For each line of the data below that includes the string "IfcBeamType", count one, and answer with the sum only.

Task material below:

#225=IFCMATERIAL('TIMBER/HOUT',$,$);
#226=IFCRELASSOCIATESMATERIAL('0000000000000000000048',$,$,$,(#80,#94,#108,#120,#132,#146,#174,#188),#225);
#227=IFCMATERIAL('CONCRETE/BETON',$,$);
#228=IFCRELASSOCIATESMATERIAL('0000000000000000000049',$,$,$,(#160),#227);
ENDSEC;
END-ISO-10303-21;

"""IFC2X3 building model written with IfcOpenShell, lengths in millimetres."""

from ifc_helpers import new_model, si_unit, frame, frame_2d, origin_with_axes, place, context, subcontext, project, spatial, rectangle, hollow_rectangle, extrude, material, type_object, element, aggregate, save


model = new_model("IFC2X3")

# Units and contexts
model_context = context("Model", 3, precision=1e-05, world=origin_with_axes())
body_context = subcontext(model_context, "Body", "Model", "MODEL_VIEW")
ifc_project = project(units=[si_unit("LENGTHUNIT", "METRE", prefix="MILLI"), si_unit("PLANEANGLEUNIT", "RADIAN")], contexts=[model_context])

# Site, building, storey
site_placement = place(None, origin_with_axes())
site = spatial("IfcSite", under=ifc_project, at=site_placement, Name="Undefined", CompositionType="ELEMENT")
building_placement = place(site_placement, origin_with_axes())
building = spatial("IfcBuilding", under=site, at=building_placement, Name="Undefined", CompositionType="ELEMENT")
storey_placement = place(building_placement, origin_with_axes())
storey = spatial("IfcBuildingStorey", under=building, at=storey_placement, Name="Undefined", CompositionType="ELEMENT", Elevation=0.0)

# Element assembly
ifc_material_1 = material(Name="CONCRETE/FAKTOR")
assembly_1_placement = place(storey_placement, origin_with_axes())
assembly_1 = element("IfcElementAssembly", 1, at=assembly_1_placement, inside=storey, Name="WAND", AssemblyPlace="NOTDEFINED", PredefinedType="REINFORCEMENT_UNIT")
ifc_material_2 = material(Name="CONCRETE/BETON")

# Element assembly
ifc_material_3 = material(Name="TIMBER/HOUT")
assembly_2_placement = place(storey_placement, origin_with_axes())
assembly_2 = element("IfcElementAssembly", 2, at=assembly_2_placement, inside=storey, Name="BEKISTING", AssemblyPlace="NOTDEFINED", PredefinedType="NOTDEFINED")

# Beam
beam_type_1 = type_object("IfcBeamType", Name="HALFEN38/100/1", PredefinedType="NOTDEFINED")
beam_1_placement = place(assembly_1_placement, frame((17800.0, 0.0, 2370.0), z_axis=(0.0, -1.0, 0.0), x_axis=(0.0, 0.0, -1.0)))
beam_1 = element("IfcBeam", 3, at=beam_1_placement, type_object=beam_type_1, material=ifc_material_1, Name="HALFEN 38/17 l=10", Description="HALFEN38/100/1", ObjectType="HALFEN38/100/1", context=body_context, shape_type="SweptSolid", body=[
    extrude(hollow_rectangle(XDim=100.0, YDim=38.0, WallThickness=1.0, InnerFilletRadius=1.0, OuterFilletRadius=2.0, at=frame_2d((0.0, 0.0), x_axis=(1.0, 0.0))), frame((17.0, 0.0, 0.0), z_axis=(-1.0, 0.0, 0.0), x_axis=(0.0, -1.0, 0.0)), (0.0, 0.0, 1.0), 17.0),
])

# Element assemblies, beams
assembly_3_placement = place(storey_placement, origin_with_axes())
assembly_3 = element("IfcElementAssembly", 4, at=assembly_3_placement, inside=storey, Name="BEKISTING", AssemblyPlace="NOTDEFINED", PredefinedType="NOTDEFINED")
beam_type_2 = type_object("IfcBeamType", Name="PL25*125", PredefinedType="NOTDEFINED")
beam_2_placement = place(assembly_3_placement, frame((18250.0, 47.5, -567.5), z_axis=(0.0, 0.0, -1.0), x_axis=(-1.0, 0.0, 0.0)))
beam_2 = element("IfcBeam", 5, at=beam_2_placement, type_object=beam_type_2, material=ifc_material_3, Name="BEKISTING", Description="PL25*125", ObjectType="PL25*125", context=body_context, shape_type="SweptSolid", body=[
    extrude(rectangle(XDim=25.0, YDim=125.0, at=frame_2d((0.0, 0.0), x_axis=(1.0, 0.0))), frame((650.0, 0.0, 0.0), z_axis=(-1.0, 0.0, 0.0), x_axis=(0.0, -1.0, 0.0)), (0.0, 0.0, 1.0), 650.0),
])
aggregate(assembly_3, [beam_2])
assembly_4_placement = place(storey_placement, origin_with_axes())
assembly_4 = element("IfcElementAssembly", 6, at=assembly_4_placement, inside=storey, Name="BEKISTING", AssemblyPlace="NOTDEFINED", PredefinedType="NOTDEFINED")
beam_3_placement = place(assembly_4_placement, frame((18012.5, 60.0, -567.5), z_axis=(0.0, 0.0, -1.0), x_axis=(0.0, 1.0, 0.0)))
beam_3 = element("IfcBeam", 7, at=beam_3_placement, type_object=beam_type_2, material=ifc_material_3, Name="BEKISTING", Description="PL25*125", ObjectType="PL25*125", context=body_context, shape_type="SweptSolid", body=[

End of Task material.

→ **Written solution**: 2